Apakah aku harus membunuh tikus-tikus ini sampai mati, mencincang-cincang tubuhnya, kemudian membakarnya jadi abu agar kamar ini tidak lagi menjadi  ‘lumbung padi’ bagi mereka. Ini pertanyaan terakhirku, setelah aku kehabisan daya, tuntas cara untuk mengusir mereka jauh-jauh.

Pertanyaan itu kedengarannya memang kejam (dalam konteks) sebagai sesama makhluk yang memiliki hak hidup yang sama di hadapan kehidupan. Tetapi mau apa dikata, jika hak hidupku yang damai diganggu. Mengapa tidak aku melanggar aturan hak asasi universal itu.

Bayangkan, sudah kuusir pada siang-siang. Ketika moncong mulutnya baru saja nongol di samping pintu. Sudah kututup semua jalur, kusekat semua cela, kurapatkan renggangan pintu dan jendela, kutempel-paku kasa kawat pada tiga lubang angin.

Tapi segerombolan tikus beragam ukuran itu masih saja tahu di mana lubang dan cela yang luput dari yang kutahu. Kadang, tiba-tiba sudah merangkak perlahan di antara buku-buku. Tiba-tiba keluar dari tas pakaian. Yang lain melintas di bawah kaki meja bacaku kemudian lari terbirit-birit dan lenyap. Entah. Entah dari mana mereka datang, dan entah kemana mereka pergi. Ingin tahuku tandas juga.
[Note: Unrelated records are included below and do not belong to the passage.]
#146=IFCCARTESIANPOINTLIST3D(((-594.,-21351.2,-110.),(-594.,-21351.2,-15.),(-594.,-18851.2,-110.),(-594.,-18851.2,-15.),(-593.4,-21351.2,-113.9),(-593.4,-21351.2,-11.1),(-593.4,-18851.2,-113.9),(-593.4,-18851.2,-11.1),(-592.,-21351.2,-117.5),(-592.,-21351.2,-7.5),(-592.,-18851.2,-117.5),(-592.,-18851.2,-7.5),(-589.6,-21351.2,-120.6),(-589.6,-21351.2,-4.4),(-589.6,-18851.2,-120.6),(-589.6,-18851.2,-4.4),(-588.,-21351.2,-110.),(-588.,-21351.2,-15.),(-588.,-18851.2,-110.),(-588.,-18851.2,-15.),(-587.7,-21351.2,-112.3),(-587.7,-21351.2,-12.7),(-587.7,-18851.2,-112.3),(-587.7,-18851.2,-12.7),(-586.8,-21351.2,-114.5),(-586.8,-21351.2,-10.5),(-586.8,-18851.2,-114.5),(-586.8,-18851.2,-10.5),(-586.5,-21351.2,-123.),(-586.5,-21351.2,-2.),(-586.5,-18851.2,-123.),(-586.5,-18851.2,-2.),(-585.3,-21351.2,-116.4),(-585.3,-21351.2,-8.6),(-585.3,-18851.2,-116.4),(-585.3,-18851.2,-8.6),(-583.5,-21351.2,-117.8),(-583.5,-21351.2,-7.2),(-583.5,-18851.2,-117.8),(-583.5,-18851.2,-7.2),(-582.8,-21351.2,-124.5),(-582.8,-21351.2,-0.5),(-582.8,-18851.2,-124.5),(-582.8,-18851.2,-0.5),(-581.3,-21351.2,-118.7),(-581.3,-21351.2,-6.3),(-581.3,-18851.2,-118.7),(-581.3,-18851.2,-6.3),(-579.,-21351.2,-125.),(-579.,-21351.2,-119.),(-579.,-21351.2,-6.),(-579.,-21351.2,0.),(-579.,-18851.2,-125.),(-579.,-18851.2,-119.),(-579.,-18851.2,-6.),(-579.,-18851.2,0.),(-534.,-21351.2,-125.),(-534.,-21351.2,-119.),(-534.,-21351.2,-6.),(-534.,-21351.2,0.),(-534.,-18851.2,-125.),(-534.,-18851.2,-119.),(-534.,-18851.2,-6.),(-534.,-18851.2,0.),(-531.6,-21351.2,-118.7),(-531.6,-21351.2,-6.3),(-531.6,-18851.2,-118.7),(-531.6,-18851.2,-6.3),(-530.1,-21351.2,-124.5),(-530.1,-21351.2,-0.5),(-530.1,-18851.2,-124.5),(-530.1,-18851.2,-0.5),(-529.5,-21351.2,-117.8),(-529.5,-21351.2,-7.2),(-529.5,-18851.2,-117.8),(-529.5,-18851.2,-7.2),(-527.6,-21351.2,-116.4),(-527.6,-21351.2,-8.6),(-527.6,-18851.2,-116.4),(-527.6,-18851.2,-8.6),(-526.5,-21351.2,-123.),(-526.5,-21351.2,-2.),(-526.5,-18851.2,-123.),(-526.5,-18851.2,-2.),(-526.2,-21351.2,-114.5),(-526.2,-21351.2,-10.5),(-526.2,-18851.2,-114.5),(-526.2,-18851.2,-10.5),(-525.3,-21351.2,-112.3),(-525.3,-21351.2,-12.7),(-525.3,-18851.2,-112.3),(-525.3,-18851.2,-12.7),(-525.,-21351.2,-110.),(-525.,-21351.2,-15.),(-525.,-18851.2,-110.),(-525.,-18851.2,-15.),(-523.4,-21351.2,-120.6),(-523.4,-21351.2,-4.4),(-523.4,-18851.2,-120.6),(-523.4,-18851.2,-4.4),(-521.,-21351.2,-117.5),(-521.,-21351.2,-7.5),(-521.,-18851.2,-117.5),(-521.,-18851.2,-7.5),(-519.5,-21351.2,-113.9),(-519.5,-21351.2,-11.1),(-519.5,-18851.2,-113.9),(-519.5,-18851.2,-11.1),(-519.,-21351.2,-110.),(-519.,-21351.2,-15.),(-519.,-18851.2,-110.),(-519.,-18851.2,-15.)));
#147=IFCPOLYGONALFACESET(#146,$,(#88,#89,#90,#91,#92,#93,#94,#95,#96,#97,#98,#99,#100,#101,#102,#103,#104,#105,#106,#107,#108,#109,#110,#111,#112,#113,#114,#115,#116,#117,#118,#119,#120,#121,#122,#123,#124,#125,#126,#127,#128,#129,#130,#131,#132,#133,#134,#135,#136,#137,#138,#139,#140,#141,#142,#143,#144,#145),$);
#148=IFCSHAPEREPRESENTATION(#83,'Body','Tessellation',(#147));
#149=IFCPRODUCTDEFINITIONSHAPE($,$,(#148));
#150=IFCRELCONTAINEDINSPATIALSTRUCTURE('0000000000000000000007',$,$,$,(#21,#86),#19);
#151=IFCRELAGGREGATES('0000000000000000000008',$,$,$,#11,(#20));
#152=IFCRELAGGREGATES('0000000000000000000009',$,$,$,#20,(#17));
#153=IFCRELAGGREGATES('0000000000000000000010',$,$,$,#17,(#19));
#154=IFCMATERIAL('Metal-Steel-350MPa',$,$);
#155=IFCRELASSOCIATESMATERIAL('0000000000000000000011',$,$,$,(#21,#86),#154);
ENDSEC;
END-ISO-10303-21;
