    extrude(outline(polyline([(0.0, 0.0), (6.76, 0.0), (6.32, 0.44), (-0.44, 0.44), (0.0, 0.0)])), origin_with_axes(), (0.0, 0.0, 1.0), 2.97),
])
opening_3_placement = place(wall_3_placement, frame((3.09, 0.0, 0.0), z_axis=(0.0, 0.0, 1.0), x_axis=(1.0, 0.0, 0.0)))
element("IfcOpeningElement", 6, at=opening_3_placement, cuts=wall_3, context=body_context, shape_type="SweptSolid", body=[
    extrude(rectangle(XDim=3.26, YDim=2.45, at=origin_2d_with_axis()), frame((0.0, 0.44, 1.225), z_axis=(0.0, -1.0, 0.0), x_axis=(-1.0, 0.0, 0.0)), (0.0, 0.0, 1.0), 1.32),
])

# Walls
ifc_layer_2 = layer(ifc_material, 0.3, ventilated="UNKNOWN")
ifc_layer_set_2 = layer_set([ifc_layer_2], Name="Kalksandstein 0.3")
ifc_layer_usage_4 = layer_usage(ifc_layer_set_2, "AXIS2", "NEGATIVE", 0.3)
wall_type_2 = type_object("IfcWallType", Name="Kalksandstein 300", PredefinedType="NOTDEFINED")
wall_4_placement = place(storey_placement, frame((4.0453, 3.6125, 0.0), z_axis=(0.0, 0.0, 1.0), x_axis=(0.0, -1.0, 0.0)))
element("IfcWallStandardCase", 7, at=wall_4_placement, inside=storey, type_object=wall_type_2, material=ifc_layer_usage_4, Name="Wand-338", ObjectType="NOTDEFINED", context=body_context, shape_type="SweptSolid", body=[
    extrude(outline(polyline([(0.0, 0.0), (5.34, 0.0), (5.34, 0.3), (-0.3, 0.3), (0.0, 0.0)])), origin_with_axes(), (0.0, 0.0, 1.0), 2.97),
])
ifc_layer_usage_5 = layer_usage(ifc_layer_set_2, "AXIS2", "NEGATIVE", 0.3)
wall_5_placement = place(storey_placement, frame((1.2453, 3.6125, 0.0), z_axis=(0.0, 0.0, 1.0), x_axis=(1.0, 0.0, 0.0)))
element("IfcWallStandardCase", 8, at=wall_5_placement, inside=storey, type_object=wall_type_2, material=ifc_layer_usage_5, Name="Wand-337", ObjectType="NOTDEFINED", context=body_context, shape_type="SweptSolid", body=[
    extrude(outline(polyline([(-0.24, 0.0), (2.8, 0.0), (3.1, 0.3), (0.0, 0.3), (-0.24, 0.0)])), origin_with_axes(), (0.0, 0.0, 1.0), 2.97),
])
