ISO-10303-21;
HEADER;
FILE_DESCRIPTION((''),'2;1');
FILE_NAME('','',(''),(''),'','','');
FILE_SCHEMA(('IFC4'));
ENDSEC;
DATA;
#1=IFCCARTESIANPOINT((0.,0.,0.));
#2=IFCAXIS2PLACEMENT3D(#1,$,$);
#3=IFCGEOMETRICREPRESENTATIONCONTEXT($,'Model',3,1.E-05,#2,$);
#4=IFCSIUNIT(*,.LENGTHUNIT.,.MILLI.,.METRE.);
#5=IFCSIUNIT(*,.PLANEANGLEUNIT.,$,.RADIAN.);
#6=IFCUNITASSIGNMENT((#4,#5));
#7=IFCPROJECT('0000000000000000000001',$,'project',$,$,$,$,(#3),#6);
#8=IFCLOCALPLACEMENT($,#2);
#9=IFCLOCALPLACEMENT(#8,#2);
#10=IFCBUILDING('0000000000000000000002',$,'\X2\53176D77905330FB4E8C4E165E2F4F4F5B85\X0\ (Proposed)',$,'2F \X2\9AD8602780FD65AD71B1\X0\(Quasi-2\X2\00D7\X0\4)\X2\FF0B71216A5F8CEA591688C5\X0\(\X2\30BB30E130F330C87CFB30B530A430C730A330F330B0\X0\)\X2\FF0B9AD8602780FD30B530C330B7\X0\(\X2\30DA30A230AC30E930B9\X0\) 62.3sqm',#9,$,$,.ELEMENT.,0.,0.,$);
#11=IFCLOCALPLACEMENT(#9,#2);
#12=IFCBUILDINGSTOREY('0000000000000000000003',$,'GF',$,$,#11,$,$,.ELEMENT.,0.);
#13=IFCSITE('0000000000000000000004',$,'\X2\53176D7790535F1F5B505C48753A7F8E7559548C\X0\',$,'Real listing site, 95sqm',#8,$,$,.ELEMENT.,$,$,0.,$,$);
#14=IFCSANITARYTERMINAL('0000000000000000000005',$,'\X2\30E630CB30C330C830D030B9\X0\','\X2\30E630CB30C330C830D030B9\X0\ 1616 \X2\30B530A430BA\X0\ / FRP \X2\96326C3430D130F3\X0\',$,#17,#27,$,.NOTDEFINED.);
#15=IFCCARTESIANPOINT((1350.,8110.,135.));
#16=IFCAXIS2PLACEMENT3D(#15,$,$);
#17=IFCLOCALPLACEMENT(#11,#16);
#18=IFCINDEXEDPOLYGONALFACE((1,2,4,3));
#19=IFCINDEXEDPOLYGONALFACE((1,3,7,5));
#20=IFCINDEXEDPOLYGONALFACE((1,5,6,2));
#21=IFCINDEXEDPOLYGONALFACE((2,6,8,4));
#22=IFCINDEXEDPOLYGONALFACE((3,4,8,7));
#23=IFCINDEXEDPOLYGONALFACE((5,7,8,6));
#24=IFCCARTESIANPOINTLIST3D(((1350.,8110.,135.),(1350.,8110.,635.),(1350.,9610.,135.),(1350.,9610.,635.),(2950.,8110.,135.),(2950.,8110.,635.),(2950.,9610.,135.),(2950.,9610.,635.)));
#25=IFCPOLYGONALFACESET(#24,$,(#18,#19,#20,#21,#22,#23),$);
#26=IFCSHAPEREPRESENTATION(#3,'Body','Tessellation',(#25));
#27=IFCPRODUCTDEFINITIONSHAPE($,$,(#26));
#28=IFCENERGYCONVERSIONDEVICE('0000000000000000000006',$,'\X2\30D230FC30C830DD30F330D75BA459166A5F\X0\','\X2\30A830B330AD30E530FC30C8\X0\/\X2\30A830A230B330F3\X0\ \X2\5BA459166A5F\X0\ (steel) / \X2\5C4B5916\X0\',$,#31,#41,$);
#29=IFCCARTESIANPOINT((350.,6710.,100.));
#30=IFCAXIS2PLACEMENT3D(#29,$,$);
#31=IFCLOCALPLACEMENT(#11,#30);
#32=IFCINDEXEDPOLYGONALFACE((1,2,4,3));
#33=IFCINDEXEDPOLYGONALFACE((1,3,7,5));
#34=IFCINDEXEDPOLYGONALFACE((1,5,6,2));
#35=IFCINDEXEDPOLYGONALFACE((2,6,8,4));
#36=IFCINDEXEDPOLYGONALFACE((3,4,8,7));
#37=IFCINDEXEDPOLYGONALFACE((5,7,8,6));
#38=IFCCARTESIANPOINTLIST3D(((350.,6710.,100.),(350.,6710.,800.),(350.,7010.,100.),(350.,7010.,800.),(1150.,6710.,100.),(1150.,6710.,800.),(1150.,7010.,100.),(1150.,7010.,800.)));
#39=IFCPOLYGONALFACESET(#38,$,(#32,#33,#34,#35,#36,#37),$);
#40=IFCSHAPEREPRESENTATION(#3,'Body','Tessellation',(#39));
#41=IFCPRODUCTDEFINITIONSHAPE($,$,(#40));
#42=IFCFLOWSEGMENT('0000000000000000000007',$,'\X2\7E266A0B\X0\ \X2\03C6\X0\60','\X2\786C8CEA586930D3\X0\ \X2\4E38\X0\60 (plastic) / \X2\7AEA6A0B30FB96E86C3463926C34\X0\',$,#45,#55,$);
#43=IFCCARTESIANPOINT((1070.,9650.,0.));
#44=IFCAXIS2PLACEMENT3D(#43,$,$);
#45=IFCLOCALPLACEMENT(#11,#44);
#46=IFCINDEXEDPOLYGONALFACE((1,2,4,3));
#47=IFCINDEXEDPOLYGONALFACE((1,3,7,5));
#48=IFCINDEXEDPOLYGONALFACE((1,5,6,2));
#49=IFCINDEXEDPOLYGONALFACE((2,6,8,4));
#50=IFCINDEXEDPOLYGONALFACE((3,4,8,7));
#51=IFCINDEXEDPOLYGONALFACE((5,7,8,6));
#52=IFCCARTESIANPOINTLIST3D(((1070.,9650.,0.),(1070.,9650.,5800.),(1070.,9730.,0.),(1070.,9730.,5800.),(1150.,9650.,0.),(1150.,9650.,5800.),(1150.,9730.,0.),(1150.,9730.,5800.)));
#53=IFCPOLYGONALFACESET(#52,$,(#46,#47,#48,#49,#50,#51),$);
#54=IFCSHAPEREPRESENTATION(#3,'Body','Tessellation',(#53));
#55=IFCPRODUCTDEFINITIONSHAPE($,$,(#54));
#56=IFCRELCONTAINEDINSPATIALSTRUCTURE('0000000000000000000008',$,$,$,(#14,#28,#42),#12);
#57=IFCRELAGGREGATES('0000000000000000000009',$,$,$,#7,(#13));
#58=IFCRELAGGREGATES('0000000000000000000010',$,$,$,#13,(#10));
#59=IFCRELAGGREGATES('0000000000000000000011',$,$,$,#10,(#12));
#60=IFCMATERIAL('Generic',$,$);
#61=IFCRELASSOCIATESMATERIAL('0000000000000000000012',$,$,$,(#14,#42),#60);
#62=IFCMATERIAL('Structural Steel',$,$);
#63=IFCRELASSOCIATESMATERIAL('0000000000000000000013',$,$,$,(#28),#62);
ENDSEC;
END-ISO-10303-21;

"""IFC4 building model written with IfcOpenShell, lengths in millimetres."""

from ifc_helpers import new_model, si_unit, frame, frame_2d, origin, place, context, project, spatial, rectangle, extrude, material, element, save


model = new_model("IFC4")

# Units and contexts
model_context = context("Model", 3, precision=1e-05, world=origin())
ifc_project = project(units=[si_unit("LENGTHUNIT", "METRE", prefix="MILLI"), si_unit("PLANEANGLEUNIT", "RADIAN")], contexts=[model_context])

# Site, building, storey
site_placement = place(None, origin())
site = spatial("IfcSite", under=ifc_project, at=site_placement, Name="北海道弟子屈町美留和", ObjectType="Real listing site, 95sqm", CompositionType="ELEMENT", RefElevation=0.0)
building_placement = place(site_placement, origin())
building = spatial("IfcBuilding", under=site, at=building_placement, Name="北海道・二世帯住宅 (Proposed)", ObjectType="2F 高性能断熱(Quasi-2×4)＋無機質外装(セメント系サイディング)＋高性能サッシ(ペアガラス) 62.3sqm", CompositionType="ELEMENT", ElevationOfRefHeight=0.0, ElevationOfTerrain=0.0)
storey_placement = place(building_placement, origin())
storey = spatial("IfcBuildingStorey", under=building, at=storey_placement, Name="GF", CompositionType="ELEMENT", Elevation=0.0)

# Shared definitions
ifc_material_1 = material(Name="Generic")

# Sanitary terminal
sanitary_terminal_placement = place(storey_placement, frame((1350.0, 8110.0, 135.0)))
element("IfcSanitaryTerminal", 1, at=sanitary_terminal_placement, inside=storey, material=ifc_material_1, Name="ユニットバス", Description="ユニットバス 1616 サイズ / FRP 防水パン", PredefinedType="NOTDEFINED", context=model_context, shape_type="SweptSolid", body=[
    extrude(rectangle(XDim=1600.0, YDim=1500.0, at=frame_2d((800.0, 750.0))), frame((1350.0, 8110.0, 135.0)), (0.0, 0.0, 1.0), 500.0),
])

# Energy conversion device
ifc_material_2 = material(Name="Structural Steel")
energy_conversion_device_placement = place(storey_placement, frame((350.0, 6710.0, 100.0)))
element("IfcEnergyConversionDevice", 2, at=energy_conversion_device_placement, inside=storey, material=ifc_material_2, Name="ヒートポンプ室外機", Description="エコキュート/エアコン 室外機 (steel) / 屋外", context=model_context, shape_type="SweptSolid", body=[
    extrude(rectangle(XDim=800.0, YDim=300.0, at=frame_2d((400.0, 150.0))), frame((350.0, 6710.0, 100.0)), (0.0, 0.0, 1.0), 700.0),
])

# Flow segment
flow_segment_placement = place(storey_placement, frame((1070.0, 9650.0, 0.0)))
element("IfcFlowSegment", 3, at=flow_segment_placement, inside=storey, material=ifc_material_1, Name="縦樋 φ60", Description="硬質塩ビ 丸60 (plastic) / 竪樋・雨水排水", context=model_context, shape_type="SweptSolid", body=[
    extrude(rectangle(XDim=80.0, YDim=80.0, at=frame_2d((40.0, 40.0))), frame((1070.0, 9650.0, 0.0)), (0.0, 0.0, 1.0), 5800.0),
])

save(model, "model.ifc")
Pada suatu malam ketika aku benar-benar lelah karena seharian mencari cela-lubang dan menutupinya, tiba-tiba terdengar ada sesuatu yang jatuh dari  meja bacaku. Aku tahu, seekor dari segerobolan tikus itu sudah menggesernya. Perlahan aku mengintip dari balik selimut. Tetapi yang disasar tidak kutemukan. Larinya, rupa-rupanya lebih cepat dari kecepatan mataku. ‘’Tikus yang gesit, malam ini aku memaafkanmu, sampai jumpa besok pagi’’. Kataku dalam hati. Aku pun tertidur tapi tanpa mimpi. Lelah melumatku.

Pagi. Jam enam. Ketika mataku buka, bertebaran di lantai kamar potongan-potongan kertas. Barisan paragraf yang kucatat tangan tentang ‘Korupsi Sebagai Kejahatan Kelas Berat’ ludes. Pena yang kugunakan untuk mencatat tampak tergeletak di antaranya. Di tepi tempat tidur, tali sandal jepitku putus. ‘’Tikus sialan, oke, sekarang kita memulai perang yang sesungguhnya’’. Sumpahku.

Kurangkai kawat-kawat jadi serupa bujur sangkar, kugantungkan tiga mata kail dengan tiga umpan potongan ikan segar. Kutaruh dengan hati-hati di bawah tempat tidur, sambil berharap satu, dua atau tiga bahkan entah berapa dari tikus-tikus itu kena batunya. Istilah kerennya ‘jera’. ‘’Mampus lu’’, Kemudian aku pergi.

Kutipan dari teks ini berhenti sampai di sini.